==== DATA PROVIDED
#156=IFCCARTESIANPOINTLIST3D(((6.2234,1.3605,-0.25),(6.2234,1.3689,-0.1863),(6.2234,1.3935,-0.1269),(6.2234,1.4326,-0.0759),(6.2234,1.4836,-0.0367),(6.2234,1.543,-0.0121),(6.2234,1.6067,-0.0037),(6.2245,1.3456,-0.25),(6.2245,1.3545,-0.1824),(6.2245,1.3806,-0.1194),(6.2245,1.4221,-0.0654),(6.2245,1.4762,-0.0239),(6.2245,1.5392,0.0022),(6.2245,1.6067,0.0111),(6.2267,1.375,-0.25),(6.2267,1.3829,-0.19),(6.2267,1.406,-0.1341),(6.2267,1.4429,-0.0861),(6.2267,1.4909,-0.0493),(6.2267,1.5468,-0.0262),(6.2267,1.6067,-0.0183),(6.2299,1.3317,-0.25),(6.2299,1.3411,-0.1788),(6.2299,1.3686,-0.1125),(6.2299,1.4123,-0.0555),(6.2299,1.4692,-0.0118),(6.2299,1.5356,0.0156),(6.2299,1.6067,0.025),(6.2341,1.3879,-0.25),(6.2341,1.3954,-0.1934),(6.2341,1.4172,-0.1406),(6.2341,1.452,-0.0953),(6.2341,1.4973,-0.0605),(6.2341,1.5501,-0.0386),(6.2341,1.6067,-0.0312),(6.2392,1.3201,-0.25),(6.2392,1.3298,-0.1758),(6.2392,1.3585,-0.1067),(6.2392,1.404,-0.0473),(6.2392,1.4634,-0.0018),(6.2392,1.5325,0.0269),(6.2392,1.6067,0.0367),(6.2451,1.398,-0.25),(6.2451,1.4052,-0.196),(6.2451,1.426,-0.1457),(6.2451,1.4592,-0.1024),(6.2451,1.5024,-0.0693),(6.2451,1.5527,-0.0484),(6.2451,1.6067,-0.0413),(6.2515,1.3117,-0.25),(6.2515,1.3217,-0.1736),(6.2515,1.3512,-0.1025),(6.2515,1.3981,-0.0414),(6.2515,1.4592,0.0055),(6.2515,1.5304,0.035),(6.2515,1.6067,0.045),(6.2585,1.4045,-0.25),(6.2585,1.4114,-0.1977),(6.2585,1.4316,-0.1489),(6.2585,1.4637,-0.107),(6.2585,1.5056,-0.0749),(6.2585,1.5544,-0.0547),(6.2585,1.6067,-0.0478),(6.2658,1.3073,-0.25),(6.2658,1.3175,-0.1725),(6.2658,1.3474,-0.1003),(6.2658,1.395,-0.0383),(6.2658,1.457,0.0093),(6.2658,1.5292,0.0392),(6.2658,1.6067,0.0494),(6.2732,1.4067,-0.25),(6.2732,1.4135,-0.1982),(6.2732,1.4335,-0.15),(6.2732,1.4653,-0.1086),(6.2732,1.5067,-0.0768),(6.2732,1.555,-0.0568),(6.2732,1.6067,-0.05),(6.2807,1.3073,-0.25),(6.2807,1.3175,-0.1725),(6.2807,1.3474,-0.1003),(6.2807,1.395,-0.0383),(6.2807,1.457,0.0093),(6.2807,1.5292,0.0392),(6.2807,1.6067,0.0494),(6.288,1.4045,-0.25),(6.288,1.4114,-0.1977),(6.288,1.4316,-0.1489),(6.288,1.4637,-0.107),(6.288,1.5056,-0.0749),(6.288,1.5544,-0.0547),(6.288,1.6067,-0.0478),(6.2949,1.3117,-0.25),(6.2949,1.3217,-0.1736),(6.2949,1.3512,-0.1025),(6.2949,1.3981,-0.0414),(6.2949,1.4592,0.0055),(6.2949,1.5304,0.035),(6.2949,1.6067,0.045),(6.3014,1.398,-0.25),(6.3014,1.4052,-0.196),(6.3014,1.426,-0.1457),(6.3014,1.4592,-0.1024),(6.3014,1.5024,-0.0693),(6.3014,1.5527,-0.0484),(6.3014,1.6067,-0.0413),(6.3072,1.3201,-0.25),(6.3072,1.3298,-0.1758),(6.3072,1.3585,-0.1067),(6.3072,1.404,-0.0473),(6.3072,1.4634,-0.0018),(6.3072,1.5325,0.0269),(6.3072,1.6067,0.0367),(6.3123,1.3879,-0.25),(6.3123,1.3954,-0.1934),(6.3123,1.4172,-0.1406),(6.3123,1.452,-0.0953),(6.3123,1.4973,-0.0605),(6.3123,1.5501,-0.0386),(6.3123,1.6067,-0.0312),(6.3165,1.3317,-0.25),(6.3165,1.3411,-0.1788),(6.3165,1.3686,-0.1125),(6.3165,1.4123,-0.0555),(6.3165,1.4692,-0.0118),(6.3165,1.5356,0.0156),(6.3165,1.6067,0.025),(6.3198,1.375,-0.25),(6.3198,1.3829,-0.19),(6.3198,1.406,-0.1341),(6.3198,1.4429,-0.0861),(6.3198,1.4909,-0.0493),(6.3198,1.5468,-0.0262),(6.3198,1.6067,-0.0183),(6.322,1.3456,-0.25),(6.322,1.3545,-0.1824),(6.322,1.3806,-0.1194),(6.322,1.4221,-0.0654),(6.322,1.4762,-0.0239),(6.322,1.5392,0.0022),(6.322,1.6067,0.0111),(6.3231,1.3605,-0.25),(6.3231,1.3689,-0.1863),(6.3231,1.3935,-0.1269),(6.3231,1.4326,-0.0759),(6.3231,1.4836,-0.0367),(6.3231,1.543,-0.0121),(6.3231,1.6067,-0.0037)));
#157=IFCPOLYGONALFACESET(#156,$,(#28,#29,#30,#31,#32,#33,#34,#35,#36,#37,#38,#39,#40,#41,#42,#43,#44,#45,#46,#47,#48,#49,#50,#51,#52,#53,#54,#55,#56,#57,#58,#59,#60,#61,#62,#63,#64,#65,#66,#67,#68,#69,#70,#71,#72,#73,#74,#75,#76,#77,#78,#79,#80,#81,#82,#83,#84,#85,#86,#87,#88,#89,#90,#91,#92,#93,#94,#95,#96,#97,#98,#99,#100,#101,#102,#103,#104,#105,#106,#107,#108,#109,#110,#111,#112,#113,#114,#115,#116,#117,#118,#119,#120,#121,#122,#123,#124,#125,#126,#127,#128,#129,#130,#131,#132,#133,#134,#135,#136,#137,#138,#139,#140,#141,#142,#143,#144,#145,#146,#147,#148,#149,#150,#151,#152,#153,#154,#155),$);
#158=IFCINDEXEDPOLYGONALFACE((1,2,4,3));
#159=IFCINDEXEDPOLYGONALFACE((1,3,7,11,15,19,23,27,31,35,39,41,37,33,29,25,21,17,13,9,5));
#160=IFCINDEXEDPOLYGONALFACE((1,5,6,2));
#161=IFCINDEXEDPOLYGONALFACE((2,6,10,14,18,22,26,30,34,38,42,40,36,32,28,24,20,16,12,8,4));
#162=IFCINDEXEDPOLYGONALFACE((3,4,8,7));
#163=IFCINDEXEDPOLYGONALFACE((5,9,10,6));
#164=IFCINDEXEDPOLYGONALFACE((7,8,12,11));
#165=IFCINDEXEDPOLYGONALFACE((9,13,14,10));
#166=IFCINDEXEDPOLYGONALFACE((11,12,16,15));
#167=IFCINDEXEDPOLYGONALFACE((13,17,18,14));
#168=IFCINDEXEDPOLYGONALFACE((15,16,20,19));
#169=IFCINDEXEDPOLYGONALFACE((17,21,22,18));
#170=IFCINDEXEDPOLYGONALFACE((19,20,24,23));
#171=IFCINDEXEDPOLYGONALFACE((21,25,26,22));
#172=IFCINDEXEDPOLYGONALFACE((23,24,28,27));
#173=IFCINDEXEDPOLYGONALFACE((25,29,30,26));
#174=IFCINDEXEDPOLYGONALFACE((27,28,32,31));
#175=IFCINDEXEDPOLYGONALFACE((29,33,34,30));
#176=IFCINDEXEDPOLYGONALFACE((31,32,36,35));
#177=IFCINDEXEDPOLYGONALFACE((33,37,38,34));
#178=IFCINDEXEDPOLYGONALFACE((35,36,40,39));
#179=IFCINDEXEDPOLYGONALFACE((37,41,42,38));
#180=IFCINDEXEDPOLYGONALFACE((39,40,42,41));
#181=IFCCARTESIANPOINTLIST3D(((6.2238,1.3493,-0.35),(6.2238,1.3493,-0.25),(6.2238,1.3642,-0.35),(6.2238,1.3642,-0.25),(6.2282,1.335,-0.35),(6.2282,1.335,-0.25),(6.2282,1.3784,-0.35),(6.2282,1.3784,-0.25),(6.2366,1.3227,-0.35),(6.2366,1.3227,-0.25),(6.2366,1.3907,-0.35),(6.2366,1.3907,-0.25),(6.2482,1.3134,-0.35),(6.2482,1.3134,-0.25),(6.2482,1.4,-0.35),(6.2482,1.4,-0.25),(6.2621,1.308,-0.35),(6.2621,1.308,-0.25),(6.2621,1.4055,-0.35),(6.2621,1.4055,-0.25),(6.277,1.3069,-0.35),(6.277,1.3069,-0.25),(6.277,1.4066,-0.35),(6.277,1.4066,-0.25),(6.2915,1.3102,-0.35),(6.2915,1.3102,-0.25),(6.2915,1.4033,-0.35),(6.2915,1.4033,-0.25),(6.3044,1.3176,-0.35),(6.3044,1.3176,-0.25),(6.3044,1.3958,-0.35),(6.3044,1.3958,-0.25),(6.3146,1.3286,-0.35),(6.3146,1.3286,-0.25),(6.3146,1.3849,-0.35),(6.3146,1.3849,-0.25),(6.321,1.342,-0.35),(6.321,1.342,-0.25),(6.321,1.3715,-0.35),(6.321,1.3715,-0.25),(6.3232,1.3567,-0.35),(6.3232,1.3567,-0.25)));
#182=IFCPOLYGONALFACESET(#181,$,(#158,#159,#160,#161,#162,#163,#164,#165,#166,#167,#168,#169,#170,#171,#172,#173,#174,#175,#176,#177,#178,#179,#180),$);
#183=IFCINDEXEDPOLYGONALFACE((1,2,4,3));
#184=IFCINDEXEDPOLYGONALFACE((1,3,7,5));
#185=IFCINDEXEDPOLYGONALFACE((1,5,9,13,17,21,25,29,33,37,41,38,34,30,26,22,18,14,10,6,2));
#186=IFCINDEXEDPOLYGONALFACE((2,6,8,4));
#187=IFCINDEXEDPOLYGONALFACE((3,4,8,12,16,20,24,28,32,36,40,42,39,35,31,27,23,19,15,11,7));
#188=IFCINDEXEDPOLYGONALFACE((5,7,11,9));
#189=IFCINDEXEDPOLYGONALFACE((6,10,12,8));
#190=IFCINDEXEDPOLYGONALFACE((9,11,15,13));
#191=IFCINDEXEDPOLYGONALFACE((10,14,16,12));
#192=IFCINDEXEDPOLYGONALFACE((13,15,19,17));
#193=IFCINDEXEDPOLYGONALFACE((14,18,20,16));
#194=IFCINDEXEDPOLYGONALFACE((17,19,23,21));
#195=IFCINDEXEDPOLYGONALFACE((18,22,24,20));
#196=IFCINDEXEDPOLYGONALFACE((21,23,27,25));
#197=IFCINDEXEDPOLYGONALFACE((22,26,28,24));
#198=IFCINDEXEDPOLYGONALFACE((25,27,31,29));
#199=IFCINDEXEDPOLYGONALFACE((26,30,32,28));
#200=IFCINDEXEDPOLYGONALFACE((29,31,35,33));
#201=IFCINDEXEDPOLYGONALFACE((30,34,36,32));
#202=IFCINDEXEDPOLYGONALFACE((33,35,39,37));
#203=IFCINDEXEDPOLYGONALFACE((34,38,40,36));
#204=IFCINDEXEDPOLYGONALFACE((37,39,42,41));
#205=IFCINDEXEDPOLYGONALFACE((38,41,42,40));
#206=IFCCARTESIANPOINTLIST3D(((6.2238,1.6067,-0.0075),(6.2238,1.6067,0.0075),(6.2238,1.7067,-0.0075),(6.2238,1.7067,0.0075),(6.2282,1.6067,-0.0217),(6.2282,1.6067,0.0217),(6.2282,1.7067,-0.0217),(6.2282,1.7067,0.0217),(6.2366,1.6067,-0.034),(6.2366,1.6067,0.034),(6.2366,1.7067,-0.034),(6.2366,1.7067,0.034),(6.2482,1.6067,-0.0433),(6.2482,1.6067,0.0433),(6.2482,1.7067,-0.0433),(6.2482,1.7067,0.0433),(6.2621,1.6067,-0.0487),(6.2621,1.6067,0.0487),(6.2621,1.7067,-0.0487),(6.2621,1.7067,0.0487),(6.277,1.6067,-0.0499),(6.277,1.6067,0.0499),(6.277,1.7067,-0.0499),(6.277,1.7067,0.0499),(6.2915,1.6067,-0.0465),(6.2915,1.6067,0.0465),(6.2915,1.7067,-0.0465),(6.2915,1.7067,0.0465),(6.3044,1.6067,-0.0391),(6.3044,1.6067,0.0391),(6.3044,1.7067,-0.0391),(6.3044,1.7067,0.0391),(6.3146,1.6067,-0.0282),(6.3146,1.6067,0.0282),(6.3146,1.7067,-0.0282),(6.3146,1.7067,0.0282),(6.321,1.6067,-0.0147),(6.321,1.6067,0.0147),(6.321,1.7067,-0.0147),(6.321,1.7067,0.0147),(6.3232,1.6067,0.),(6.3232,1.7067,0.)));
========
### EXERCISE:
In the entries above, one line contains "#186=IFCINDEXEDPOLYGONALFACE((2,6,8,4));" and another contains "#194=IFCINDEXEDPOLYGONALFACE((17,19,23,21));". Reproduce exactly those two lines and the lines between them, nothing else.

### RESULT OF THE EXERCISE:
#186=IFCINDEXEDPOLYGONALFACE((2,6,8,4));
#187=IFCINDEXEDPOLYGONALFACE((3,4,8,12,16,20,24,28,32,36,40,42,39,35,31,27,23,19,15,11,7));
#188=IFCINDEXEDPOLYGONALFACE((5,7,11,9));
#189=IFCINDEXEDPOLYGONALFACE((6,10,12,8));
#190=IFCINDEXEDPOLYGONALFACE((9,11,15,13));
#191=IFCINDEXEDPOLYGONALFACE((10,14,16,12));
#192=IFCINDEXEDPOLYGONALFACE((13,15,19,17));
#193=IFCINDEXEDPOLYGONALFACE((14,18,20,16));
#194=IFCINDEXEDPOLYGONALFACE((17,19,23,21));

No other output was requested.